The IPv4 address is made up of 32 bits (4 bytes). The IPv6 address is 128 bits (16 bytes).

2. What special address formats make up the IPv4 network itself and directed broadcast (all hosts on the subnet) addresses?

The network itself in IPv4 is indicated by a non-zero network address and an all-zero host address portion (for example, 192.168.64.0/18). The directed broadcast address for a subnet is indicated by a non-zero network address and an all-1s host address portion (for example, 192.168.127.255/18 is the directed broadcast for 192.168.64.0/18 – the third and fourth bytes of 01000000 00000000 become 01111111 11111111). See Table 4-1.

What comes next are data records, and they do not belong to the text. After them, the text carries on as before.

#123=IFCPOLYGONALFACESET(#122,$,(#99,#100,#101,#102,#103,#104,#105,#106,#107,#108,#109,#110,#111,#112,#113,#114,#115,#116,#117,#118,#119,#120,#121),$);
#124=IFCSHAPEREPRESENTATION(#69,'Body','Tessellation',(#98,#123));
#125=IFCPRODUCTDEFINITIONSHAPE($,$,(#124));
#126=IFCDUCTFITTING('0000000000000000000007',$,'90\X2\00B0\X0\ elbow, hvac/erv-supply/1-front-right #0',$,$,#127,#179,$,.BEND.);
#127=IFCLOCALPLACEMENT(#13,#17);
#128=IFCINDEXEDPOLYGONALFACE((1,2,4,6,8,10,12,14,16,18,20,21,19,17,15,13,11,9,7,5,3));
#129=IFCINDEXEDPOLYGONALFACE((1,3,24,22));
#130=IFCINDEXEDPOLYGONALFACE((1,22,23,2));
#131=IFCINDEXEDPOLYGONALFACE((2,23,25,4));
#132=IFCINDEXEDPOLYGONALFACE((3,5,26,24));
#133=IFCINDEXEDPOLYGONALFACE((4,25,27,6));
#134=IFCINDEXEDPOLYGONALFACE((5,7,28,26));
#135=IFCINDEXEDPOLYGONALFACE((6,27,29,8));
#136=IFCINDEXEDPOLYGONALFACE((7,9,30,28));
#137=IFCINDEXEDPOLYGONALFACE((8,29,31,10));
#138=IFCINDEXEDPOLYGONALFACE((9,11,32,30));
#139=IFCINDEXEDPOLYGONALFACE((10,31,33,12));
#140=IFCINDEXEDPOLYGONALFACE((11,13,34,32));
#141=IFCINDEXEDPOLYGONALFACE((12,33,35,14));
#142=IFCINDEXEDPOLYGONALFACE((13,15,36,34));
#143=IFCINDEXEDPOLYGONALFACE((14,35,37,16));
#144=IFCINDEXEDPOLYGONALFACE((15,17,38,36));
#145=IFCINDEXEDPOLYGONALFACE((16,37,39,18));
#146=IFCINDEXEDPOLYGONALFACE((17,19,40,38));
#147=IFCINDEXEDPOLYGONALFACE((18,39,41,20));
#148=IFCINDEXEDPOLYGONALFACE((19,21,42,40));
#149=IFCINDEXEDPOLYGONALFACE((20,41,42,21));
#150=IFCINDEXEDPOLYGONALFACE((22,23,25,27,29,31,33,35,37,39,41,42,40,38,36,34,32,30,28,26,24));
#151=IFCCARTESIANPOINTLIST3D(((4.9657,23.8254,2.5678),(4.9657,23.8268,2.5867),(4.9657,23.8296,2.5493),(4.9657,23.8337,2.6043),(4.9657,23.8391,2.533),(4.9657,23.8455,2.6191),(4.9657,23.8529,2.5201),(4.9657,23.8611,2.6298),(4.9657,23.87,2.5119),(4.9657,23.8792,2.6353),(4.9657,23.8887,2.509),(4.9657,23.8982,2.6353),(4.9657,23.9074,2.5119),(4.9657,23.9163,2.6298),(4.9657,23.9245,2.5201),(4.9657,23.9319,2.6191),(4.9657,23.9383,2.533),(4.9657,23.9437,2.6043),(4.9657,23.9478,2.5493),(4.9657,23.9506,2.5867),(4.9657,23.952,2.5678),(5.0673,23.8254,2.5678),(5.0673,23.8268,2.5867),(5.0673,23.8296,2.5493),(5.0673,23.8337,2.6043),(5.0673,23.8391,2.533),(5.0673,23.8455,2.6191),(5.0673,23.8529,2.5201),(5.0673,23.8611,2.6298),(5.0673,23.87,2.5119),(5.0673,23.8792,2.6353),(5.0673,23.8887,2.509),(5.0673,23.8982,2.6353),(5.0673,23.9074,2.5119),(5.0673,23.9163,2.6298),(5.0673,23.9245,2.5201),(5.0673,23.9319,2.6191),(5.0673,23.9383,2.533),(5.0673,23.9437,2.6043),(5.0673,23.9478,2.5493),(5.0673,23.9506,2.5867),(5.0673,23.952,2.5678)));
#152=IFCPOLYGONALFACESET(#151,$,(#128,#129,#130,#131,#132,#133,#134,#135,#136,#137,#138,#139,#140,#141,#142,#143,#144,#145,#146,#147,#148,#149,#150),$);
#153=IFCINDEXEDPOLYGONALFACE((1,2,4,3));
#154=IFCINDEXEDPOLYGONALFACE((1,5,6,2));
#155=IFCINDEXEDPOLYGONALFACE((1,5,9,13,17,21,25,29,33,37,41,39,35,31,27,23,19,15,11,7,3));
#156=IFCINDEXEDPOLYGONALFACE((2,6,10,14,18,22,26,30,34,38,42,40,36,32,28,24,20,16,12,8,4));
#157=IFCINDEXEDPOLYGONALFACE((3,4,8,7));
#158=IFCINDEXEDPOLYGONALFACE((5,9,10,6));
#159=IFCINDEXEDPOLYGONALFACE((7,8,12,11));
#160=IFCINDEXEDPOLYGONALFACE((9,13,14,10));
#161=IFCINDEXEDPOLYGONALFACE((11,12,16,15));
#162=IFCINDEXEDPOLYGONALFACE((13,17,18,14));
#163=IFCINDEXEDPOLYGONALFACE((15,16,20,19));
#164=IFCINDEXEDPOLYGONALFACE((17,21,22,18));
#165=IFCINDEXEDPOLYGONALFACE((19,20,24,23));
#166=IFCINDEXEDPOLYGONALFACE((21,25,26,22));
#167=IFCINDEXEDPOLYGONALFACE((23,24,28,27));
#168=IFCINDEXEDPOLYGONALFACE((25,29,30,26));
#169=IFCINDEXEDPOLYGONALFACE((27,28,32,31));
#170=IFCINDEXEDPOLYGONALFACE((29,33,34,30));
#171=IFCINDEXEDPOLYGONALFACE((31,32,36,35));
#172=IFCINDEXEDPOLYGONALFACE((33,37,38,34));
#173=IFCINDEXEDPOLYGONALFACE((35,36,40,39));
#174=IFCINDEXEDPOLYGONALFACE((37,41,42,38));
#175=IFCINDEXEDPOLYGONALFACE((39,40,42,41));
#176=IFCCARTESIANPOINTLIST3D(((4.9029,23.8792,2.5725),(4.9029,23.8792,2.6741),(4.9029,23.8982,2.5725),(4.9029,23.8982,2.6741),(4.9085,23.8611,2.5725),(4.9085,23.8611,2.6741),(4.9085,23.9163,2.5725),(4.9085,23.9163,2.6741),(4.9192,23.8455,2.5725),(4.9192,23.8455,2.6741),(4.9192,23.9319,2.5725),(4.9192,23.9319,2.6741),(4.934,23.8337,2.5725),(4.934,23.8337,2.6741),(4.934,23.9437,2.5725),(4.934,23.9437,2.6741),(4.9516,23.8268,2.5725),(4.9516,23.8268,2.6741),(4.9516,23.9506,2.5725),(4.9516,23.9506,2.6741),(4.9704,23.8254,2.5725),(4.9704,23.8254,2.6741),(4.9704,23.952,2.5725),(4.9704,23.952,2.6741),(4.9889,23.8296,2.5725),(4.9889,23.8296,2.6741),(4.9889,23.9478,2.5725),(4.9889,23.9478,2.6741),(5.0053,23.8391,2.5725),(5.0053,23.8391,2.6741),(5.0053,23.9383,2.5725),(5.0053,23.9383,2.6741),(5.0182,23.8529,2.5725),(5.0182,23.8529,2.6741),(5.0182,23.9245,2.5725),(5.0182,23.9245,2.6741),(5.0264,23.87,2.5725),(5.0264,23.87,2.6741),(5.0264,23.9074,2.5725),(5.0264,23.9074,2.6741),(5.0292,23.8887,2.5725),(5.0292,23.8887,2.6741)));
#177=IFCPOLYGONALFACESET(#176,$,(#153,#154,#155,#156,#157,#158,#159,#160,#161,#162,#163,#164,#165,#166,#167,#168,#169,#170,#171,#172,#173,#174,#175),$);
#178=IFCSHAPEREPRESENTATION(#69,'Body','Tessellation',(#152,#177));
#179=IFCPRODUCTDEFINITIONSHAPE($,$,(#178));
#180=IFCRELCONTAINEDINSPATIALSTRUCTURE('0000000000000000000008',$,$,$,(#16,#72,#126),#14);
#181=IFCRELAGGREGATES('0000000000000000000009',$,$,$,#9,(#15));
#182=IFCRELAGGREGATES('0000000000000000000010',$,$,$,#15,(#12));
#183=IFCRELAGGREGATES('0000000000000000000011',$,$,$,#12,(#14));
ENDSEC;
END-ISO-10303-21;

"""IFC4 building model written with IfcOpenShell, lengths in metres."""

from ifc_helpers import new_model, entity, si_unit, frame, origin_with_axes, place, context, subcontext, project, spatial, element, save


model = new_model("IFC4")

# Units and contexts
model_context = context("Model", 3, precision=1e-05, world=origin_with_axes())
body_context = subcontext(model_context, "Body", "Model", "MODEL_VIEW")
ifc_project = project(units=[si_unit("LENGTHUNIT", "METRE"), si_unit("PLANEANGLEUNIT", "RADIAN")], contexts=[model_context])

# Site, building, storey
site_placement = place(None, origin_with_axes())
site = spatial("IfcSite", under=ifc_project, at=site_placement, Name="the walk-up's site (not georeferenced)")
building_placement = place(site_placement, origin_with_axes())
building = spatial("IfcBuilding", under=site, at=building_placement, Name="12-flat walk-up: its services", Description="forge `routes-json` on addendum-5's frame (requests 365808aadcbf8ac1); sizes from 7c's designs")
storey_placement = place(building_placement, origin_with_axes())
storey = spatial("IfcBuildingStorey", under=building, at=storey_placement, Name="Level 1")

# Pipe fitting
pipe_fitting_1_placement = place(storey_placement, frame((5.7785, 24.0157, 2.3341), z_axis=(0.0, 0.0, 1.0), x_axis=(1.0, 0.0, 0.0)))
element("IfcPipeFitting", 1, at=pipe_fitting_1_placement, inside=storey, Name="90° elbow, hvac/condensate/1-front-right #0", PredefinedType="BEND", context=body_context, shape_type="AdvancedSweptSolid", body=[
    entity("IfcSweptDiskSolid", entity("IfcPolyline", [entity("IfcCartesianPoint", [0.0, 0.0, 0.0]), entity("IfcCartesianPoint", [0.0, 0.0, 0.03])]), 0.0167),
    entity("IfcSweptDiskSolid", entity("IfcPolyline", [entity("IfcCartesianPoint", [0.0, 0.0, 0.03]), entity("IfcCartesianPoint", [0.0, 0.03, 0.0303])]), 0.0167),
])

3. How many hosts can be configured with an IPv4 network mask of 255.255.255.240?

You can configure 14 hosts with a network mask of 255.255.255.240. See Table 4-5.

4. What are the differences in format and use between IPv6 link-local and private ULA-local addresses?

The IPv6 link-local addresses used on this network are in the form FE80::/10 (11111110 10). All IPv6 private ULA addresses are in the form FC00::/7.



5. How many “double colons” (“::”) can appear in an IPv6 address?

To avoid confusion, the double colons can only appear once in an IPv6 address.